Your first thought — Could these be menstrual cramps?” — is similar to what many other young women would wonder. As you said, it’s unlikely because of where the pain is.

Since this is new pain for you, you need to call your doctor for advice.

Meanwhile, here is how I approach this symptom.

Doctors call this area of the body “the right upper quadrant of the abdomen.” The two organs that make up most of the right upper quadrant are the liver and the gallbladder.
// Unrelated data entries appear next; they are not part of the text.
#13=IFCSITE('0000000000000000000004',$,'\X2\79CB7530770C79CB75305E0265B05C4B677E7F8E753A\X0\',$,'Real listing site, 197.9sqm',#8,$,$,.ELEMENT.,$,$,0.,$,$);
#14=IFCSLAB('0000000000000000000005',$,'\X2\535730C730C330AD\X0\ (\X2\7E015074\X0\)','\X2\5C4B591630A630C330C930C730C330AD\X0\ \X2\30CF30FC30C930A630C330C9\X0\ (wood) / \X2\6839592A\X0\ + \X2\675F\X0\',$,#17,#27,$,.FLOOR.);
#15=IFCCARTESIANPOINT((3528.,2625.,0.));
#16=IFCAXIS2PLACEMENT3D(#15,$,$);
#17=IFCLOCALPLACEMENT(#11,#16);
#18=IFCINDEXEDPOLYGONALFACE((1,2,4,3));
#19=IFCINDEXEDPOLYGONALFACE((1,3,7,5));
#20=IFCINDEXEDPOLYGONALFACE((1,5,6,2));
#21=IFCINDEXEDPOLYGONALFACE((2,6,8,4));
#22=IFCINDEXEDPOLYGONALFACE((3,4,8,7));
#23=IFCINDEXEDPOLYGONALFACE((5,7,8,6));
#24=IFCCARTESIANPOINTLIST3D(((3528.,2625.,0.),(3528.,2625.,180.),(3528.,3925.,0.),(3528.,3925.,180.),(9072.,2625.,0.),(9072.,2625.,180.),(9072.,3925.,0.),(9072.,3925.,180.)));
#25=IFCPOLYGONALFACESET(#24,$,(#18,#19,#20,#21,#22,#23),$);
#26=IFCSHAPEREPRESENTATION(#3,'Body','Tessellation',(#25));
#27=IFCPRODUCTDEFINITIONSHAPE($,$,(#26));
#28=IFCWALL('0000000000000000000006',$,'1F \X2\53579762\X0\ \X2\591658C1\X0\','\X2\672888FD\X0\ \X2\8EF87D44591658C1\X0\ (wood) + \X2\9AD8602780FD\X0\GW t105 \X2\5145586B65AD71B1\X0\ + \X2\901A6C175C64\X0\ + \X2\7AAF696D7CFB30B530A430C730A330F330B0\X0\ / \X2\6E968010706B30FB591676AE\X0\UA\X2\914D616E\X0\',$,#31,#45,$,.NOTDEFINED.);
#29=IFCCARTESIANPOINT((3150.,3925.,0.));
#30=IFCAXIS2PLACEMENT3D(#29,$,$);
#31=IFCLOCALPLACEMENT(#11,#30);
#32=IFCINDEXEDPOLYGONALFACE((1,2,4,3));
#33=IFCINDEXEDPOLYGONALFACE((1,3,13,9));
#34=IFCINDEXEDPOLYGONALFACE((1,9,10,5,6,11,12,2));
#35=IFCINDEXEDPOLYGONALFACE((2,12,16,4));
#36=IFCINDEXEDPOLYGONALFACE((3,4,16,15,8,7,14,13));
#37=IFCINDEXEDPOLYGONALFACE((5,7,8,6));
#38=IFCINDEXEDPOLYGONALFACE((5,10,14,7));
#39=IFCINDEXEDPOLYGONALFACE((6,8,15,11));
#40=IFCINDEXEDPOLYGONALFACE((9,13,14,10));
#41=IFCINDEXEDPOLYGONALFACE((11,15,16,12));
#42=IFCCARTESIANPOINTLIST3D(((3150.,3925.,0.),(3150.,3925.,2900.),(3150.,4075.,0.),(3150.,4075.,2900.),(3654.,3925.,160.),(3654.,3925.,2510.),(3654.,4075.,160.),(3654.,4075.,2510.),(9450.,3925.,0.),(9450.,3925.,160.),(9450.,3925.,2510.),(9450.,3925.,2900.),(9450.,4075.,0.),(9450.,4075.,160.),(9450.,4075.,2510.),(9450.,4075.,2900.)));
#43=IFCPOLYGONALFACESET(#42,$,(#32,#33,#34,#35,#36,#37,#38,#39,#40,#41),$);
Gallstones could cause on and off sharp pains in the right upper quadrant. Gallstones can form in the gallbladder and pass into the bile duct. If they temporarily get stuck, you might feel the kind of pain you’re describing. These pains, called biliary colic, classically come on after eating, especially fatty food. Often nausea, too.

If your liver was swollen or inflamed, it could be painful. But the pain is usually dull and persistent. So liver is probably not the issue.

Part of the lower intestine also passes through the right upper quadrant. So constipation and gas could cause crampy pain.

The pain could also be from muscle cramps. It’s a bit unusual to have abdominal muscle cramps in this area of the body, but it is something to think about.

Sometimes abdominal pain that is hard to diagnose turns out to be an irritated nerve. Nerves exit from all along our spine to different parts of the body. If the nerve that goes to the right upper quadrant is “pinched” as it leaves the spine, this could cause sharp pain that comes and goes. Most often, people will describe a burning or tingling pain. And that it starts in the back and wraps around to the front.

These are the most common reasons for pain in the right upper quadrant. But there is a long list of other possibilities.